Exercise prompt = Your answer must be one number: the count of lines below that hold the word "IFCWALL".

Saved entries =
⁂

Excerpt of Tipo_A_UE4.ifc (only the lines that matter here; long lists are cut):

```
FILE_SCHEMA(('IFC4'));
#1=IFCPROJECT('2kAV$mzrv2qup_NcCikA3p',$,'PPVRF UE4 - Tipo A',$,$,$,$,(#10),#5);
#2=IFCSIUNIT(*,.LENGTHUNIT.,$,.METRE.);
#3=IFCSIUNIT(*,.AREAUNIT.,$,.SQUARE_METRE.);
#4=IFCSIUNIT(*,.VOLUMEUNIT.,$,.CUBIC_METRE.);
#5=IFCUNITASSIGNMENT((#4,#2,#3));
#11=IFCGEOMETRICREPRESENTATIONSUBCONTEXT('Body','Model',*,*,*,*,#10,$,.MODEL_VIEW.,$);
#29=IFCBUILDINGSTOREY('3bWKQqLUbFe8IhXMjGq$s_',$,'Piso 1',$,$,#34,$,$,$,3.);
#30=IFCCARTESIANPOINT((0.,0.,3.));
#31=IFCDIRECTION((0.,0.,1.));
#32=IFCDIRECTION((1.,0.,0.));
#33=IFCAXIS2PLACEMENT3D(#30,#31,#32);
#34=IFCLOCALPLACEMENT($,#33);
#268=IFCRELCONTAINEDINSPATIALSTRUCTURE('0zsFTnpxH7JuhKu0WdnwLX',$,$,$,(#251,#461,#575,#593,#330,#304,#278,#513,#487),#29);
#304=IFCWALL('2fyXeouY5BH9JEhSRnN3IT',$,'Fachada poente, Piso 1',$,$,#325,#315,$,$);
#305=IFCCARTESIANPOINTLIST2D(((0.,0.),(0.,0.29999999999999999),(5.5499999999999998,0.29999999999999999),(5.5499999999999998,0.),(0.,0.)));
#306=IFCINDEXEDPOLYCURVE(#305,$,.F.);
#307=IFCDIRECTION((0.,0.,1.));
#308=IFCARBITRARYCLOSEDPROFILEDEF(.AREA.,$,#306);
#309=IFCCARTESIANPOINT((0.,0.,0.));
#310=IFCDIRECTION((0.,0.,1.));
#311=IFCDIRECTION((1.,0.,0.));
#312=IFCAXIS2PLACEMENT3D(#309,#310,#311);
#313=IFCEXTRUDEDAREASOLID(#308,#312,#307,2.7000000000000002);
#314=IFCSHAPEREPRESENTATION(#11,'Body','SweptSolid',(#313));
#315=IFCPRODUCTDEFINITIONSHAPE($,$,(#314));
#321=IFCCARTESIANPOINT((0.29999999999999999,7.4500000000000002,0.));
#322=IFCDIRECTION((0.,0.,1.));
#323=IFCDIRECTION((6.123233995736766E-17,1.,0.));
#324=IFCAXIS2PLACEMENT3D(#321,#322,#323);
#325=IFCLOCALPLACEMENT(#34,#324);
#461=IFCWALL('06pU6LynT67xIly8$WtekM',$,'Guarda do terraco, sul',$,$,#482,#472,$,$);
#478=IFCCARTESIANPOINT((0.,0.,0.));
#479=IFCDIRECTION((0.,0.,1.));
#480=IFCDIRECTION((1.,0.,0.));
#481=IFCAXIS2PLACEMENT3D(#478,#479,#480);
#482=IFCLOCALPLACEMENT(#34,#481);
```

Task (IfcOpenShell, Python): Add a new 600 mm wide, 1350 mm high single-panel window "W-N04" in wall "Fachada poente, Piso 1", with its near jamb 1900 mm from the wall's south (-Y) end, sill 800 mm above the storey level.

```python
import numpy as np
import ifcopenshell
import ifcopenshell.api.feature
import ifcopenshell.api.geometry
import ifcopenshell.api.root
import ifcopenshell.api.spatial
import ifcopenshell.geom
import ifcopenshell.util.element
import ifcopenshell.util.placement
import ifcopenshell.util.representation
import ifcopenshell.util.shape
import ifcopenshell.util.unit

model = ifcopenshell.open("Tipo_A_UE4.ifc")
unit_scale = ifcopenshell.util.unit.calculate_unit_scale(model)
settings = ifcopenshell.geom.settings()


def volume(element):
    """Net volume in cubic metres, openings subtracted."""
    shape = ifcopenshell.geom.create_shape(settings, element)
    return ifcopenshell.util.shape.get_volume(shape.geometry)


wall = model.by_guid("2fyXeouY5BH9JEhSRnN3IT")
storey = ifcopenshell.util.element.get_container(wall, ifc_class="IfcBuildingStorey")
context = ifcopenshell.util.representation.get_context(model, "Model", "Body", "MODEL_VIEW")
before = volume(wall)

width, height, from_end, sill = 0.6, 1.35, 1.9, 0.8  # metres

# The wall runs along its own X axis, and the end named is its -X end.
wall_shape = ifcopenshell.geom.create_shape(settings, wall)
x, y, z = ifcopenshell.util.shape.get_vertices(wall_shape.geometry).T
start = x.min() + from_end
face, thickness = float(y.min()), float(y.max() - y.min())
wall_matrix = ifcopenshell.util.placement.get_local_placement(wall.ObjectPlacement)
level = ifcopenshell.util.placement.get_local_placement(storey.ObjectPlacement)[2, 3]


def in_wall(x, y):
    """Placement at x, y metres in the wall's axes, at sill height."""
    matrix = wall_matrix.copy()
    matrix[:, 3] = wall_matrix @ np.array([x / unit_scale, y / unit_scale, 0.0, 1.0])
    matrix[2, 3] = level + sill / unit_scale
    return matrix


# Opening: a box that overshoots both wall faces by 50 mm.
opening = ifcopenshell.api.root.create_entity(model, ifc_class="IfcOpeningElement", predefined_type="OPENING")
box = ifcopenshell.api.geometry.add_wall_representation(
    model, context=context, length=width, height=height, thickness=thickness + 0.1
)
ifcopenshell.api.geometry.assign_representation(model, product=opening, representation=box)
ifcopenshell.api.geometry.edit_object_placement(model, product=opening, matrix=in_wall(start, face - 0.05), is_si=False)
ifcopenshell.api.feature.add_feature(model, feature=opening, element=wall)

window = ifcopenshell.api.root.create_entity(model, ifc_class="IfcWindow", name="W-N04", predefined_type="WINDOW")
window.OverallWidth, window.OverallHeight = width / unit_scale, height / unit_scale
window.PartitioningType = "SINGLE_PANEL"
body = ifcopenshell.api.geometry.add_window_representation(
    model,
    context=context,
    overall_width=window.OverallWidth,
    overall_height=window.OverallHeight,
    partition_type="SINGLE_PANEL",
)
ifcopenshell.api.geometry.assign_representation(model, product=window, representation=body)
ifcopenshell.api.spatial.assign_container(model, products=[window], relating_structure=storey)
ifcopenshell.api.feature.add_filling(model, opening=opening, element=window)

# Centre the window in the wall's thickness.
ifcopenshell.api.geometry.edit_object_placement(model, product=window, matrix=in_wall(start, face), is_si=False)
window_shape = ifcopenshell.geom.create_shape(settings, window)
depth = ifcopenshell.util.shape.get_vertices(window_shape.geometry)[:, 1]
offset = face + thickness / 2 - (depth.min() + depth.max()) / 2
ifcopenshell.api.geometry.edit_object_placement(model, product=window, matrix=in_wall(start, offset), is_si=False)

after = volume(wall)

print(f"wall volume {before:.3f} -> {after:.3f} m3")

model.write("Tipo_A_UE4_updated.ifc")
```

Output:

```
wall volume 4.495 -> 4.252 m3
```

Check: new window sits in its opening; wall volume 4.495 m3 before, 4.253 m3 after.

⁂

The answer = 2